If you can reproduce it consistently on a dataset you can share then I will be happy to troubleshoot.
r
yeah I can share this dataset, I will take a look at it next time I am working on it and provide you with the dataset and the code that imports it.
👍 1
s
i too had to increase my timeout to 10s for a 1000 doc import ..sometimes it would just drop few files... anyway increasing timeout fixed it
a
I generated JSONL files and tried curl, but now I get "curl: (18) transfer closed with outstanding read data remaining" from curl every time I upload a file.
@Kishore Nallan
k
Can you please tell me: a) How many lines does the generated JSONL file contain b) What exact CURL command you are using? c) How long does the CURL command run before getting this error? d) After the curl command fails, how many records were imported successfully on Typesense?
a
a) 229061 (each jsonl file) b)
Copy code
curl -H "X-TYPESENSE-API-KEY: $TYPESENSE_API_KEY" -X POST --data-binary @$FILE \
      "http://$ENDPOINT/collections/revenue_entry/documents/import?action=create"
c) 1m 15s d) Around 70k
k
Got it. Also, what is the size of the file with 229061 lines?
a
170MB
k
Hmm 🤔 That is perfectly fine and it should not time out this way... We regularly import files with millions of records for our demo. Are you importing these files from you local machine to remote machine? Or are you running the imports within the remote machine? Can you try doing the latter to see if it helps?
Basically, try copying a file onto the remote machine and then running the import command locally on that machine to see if it helps.
a
Local to remote, less than 80 ms latency to my container on AWS.
k
Okay, let's rule out any networking quirks between local to remote first.
a
There's an AWS Application Load Balancer in front of the container.

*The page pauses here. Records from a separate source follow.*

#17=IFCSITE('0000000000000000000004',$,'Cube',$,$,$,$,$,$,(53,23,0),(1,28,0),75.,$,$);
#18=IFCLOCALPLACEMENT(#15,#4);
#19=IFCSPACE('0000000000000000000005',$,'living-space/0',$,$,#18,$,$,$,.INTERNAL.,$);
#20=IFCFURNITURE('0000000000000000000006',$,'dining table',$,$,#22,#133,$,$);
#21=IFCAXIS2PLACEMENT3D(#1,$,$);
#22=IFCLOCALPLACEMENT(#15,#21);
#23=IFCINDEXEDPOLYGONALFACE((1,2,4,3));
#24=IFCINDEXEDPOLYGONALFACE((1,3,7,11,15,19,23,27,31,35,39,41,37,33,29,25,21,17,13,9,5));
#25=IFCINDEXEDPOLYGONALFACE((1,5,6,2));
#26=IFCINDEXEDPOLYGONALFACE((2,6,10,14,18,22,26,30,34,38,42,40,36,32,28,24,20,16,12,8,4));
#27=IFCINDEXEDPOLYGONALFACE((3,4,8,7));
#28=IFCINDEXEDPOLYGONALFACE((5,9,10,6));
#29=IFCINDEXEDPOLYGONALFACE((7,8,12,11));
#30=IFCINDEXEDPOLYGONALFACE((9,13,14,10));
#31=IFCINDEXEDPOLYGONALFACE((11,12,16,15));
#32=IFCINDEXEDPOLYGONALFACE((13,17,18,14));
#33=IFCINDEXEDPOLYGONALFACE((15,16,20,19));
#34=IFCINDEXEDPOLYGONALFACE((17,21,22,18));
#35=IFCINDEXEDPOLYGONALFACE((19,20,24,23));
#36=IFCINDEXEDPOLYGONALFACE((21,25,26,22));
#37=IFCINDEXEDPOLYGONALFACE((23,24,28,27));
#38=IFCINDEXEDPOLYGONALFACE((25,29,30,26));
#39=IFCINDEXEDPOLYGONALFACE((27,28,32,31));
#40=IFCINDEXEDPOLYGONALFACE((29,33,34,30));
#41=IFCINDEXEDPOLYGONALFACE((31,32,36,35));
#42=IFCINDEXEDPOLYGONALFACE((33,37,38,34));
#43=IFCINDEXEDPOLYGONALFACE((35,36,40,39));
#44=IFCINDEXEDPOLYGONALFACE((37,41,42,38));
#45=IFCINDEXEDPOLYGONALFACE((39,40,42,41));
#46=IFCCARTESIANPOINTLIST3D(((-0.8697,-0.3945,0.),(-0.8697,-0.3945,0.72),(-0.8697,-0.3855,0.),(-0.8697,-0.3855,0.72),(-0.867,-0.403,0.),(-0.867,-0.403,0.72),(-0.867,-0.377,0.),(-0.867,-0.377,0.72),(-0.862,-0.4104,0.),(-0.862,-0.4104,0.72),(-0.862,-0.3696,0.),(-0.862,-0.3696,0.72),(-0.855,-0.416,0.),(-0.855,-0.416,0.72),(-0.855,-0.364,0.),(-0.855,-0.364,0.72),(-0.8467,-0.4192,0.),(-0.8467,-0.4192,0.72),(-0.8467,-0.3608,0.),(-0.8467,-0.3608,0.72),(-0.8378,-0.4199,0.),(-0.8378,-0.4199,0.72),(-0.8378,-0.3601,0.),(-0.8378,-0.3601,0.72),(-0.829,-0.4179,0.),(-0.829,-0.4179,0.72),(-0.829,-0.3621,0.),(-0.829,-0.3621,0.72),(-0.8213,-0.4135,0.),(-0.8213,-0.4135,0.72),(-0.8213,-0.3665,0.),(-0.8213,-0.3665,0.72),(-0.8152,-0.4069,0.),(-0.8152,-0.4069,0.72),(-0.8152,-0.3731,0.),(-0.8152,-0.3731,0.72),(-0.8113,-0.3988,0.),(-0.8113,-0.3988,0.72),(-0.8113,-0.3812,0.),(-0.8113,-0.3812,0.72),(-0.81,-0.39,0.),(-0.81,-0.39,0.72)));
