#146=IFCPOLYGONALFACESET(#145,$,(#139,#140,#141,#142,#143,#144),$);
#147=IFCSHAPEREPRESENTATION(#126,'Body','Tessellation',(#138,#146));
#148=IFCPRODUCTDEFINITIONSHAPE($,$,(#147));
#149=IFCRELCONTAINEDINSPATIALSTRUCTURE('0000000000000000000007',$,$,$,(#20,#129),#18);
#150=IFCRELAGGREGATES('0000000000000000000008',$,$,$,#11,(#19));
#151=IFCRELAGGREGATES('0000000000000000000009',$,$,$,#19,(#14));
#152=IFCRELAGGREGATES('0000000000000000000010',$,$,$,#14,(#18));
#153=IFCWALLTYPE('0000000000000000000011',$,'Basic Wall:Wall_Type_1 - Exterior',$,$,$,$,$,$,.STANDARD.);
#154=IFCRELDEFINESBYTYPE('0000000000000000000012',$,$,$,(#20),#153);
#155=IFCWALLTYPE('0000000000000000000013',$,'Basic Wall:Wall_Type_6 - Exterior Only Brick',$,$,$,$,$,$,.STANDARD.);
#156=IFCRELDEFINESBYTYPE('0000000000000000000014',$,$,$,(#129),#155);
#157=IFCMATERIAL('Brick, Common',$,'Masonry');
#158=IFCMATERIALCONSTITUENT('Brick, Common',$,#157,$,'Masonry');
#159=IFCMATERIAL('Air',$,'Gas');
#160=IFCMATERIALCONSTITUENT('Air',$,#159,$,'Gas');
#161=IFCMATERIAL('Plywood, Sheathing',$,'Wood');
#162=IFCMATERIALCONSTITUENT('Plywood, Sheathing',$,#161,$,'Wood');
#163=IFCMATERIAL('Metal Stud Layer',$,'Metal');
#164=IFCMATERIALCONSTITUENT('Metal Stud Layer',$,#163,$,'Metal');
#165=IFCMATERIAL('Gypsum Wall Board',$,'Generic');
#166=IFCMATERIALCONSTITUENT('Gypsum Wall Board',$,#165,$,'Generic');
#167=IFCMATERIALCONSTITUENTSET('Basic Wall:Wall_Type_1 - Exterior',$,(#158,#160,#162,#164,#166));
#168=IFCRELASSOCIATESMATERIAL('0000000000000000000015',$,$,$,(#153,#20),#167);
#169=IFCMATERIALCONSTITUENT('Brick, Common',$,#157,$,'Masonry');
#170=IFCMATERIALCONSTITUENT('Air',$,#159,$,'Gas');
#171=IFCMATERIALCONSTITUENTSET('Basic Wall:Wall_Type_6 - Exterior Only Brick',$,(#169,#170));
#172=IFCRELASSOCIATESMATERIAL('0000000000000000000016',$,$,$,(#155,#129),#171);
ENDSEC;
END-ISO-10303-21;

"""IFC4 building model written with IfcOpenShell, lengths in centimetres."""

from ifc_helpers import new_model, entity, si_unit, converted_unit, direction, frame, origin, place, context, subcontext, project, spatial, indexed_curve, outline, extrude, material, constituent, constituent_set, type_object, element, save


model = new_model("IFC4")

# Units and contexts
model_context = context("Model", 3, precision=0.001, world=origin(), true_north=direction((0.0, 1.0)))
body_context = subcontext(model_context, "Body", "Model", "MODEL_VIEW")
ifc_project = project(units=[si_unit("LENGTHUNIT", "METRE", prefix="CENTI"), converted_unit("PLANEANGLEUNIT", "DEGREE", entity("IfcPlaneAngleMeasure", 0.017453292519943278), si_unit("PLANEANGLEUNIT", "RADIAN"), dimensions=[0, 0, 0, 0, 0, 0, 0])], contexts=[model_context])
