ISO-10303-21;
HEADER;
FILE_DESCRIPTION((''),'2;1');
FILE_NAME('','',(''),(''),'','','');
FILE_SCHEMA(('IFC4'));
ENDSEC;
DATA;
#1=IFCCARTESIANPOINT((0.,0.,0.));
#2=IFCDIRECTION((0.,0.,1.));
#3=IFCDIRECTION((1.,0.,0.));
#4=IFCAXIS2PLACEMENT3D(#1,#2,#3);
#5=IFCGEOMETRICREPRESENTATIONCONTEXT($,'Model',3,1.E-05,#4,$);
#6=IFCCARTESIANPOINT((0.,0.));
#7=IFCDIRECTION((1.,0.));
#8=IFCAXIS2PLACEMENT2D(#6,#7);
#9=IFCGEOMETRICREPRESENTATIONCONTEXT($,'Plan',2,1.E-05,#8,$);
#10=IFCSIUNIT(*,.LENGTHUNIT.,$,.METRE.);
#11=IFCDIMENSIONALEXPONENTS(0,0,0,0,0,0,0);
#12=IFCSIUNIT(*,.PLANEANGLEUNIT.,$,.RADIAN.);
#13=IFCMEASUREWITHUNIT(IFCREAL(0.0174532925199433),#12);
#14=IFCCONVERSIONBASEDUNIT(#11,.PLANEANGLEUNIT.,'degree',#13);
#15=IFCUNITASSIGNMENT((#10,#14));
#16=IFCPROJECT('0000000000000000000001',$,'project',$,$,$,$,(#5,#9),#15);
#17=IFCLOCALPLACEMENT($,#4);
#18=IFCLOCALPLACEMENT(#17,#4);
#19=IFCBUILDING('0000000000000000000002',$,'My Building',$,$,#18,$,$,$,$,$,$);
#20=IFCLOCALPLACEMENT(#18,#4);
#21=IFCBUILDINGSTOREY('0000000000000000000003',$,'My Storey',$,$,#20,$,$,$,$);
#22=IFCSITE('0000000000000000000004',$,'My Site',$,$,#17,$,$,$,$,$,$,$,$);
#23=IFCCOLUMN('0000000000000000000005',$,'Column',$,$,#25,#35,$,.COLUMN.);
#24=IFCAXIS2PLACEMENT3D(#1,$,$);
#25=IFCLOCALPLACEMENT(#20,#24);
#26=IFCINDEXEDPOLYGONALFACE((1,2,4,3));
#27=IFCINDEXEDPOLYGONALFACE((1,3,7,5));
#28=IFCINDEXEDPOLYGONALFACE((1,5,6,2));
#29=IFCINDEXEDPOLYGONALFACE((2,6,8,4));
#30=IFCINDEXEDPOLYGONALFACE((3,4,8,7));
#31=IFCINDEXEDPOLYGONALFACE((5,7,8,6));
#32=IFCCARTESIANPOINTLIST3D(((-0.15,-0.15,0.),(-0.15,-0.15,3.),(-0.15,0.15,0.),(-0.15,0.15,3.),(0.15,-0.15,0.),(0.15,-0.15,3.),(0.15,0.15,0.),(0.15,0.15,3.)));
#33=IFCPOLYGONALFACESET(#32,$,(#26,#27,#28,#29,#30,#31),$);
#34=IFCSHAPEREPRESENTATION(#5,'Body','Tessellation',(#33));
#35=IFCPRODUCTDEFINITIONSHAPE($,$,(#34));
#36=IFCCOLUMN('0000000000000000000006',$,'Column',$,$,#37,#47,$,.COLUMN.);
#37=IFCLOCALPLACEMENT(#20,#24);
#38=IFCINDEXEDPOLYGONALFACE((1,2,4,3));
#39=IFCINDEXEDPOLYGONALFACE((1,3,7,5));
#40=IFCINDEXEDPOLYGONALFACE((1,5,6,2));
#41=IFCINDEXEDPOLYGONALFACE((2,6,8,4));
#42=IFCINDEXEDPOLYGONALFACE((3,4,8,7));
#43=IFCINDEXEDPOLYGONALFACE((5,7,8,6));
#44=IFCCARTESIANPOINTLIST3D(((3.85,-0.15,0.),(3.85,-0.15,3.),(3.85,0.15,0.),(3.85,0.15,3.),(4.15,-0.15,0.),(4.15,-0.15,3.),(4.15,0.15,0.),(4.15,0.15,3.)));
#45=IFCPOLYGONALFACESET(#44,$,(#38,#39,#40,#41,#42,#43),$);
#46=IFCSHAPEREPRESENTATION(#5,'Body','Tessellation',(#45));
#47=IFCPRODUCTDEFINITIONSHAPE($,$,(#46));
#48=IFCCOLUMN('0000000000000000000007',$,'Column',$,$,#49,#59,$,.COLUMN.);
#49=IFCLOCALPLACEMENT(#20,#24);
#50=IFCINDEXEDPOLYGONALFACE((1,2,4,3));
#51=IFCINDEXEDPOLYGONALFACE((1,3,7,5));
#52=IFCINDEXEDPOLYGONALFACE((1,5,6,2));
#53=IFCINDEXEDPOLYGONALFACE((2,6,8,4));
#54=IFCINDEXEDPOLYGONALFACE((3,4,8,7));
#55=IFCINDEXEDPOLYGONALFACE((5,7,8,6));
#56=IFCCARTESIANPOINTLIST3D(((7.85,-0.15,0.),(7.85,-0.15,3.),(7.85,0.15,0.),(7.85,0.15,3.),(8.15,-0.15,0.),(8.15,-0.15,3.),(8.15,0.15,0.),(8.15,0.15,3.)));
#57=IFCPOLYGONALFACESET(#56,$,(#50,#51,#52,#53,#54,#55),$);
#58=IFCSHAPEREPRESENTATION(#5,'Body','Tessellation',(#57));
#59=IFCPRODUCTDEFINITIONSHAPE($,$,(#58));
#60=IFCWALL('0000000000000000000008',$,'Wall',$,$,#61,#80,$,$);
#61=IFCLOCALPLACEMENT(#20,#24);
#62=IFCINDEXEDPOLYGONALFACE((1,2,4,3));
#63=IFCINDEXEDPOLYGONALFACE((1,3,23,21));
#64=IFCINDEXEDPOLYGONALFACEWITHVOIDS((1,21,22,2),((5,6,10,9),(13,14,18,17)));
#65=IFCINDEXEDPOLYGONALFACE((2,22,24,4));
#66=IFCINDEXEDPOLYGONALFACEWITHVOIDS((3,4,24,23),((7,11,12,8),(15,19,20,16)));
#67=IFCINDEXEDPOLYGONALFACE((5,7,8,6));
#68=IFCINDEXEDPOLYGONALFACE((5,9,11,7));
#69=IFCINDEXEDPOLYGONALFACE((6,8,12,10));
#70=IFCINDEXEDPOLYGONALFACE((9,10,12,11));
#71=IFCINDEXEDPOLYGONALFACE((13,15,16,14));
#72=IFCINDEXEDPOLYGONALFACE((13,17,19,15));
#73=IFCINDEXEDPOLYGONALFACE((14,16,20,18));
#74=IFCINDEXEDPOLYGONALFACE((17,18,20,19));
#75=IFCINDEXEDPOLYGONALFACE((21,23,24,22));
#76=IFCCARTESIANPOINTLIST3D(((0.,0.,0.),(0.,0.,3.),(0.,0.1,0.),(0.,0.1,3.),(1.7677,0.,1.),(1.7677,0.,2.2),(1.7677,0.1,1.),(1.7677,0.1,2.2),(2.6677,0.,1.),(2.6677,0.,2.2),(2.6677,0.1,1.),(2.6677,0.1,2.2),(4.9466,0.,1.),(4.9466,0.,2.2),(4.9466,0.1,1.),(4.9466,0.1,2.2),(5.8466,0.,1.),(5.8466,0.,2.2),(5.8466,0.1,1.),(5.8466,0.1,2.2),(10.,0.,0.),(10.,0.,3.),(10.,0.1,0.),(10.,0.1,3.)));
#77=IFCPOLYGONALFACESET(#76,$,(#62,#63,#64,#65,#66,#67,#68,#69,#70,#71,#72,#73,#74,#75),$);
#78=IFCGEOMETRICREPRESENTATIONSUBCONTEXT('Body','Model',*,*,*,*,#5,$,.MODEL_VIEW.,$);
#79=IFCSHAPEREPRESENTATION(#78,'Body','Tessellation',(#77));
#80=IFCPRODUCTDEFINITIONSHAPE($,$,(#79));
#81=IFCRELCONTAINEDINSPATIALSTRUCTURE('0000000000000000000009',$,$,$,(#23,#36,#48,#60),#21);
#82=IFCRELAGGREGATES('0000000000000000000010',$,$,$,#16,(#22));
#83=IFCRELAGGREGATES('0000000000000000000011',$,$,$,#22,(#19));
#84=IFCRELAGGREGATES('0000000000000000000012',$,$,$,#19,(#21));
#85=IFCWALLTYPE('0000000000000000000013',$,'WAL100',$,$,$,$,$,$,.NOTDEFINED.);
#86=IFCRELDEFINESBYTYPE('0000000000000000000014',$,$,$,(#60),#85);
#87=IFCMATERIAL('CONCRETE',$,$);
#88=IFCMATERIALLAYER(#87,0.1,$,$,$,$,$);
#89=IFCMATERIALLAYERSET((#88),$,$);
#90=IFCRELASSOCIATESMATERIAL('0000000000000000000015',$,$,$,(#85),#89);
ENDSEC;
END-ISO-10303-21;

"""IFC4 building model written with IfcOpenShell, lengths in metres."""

from ifc_helpers import new_model, entity, si_unit, converted_unit, frame, origin, origin_with_axes, origin_2d, origin_2d_with_axis, place, context, subcontext, project, spatial, line, indexed_curve, rectangle, outline, extrude, source, transform, mapped, material, layer, layer_set, type_object, element, save


model = new_model("IFC4")

# Units and contexts
model_context = context("Model", 3, precision=1e-05, world=origin_with_axes())
plan_context = context("Plan", 2, precision=1e-05, world=origin_2d_with_axis())
body_context = subcontext(model_context, "Body", "Model", "MODEL_VIEW")
ifc_project = project(units=[si_unit("LENGTHUNIT", "METRE"), converted_unit("PLANEANGLEUNIT", "degree", entity("IfcReal", 0.0174532925199433), si_unit("PLANEANGLEUNIT", "RADIAN"), dimensions=[0, 0, 0, 0, 0, 0, 0])], contexts=[model_context, plan_context])

# Site, building, storey
site_placement = place(None, origin_with_axes())
site = spatial("IfcSite", under=ifc_project, at=site_placement, Name="My Site")
building_placement = place(site_placement, origin_with_axes())
building = spatial("IfcBuilding", under=site, at=building_placement, Name="My Building")
storey_placement = place(building_placement, origin_with_axes())
storey = spatial("IfcBuildingStorey", under=building, at=storey_placement, Name="My Storey")

# Columns
for number, where, z_axis, x_axis, name in (
    (1, (0.0, 0.0, 0.0), (0.0, 0.0, 1.0), (1.0, 0.0, 0.0), "Column"),
    (2, (4.0, 0.0, 0.0), (0.0, 0.0, 1.0), (1.0, 0.0, 0.0), "Column"),
    (3, (8.0, 0.0, 0.0), (0.0, 0.0, 1.0), (1.0, 0.0, 0.0), "Column"),
):
    element("IfcColumn", number, at=place(storey_placement, frame(where, z_axis=z_axis, x_axis=x_axis)), inside=storey, Name=name, PredefinedType="COLUMN", context=model_context, shape_type="SweptSolid", body=[
        extrude(rectangle(XDim=0.3, YDim=0.3, at=origin_2d()), origin(), (0.0, 0.0, 1.0), 3.0),
    ])

# Wall, openings
ifc_material = material(Name="CONCRETE")
ifc_layer = layer(ifc_material, 0.1)
ifc_layer_set = layer_set([ifc_layer])
wall_type = type_object("IfcWallType", Name="WAL100", PredefinedType="NOTDEFINED", material=ifc_layer_set)
wall_placement = place(storey_placement, origin_with_axes())
wall = element("IfcWall", 4, at=wall_placement, inside=storey, type_object=wall_type, Name="Wall", context=body_context, shape_type="SweptSolid", body=[
    extrude(outline(indexed_curve([(0.0, 0.0), (0.0, 0.1), (10.0, 0.1), (10.0, 0.0), (0.0, 0.0)], self_intersect=False)), origin_with_axes(), (0.0, 0.0, 1.0), 3.0),
])
shared_shape = source(origin_with_axes(), body_context, "Body", "SweptSolid", [
    extrude(outline(indexed_curve([(0.0, 0.0), (0.9, 0.0), (0.9, 1.2), (0.0, 1.2)], segments=[line(1, 2, 3, 4, 1)])), frame((0.0, -0.6, 0.0), z_axis=(0.0, -1.0, 0.0), x_axis=(1.0, 0.0, 0.0)), (0.0, 0.0, -1.0), 1.2),
])
opening_1_placement = place(wall_placement, frame((1.7677, 0.0, 1.0), z_axis=(0.0, 0.0, 1.0), x_axis=(1.0, 0.0, 0.0)))
element("IfcOpeningElement", 5, at=opening_1_placement, cuts=wall, PredefinedType="OPENING", context=body_context, shape_type="MappedRepresentation", body=[
    mapped(shared_shape, transform((0.0, 0.0, 0.0), x_axis=(1.0, 0.0, 0.0), y_axis=(0.0, 1.0, 0.0), z_axis=(0.0, 0.0, 1.0), scale=1.0)),
])
opening_2_placement = place(wall_placement, frame((4.9466, 0.0, 1.0), z_axis=(0.0, 0.0, 1.0), x_axis=(1.0, 0.0, 0.0)))
element("IfcOpeningElement", 6, at=opening_2_placement, cuts=wall, PredefinedType="OPENING", context=body_context, shape_type="MappedRepresentation", body=[
    mapped(shared_shape, transform((0.0, 0.0, 0.0), x_axis=(1.0, 0.0, 0.0), y_axis=(0.0, 1.0, 0.0), z_axis=(0.0, 0.0, 1.0), scale=1.0)),
])

save(model, "model.ifc")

I'll check its configuration.
k
If it repeatedly fails exactly at the 1min 15 secs interval, there might be some form of timeout configuration somewhere.
a
Can't find anything on the AWS ALB config.
k
I think if you just copied the file inside the instance and ran the import, we can rule this out easily. If the issue occurs again, then we know it is not network related.
a
@Kishore Nallan I just uploaded the file from an instance in the same internal network as the container and I got the same result.
Wait, I think using a different subnet worked.
k
Is Typesense running inside Docker on a plain EC2 instance?
a
It's running on Docker with Fargate.
For now my workaround would be to upload through SFTP to a secondary instance and upload through the internal network. Still not sure what's causing the limit, but it's definitely a network component in AWS.
k
Ok glad to hear that it works with the work around. The application load balancer might have a default idle timeout which might have to be increased.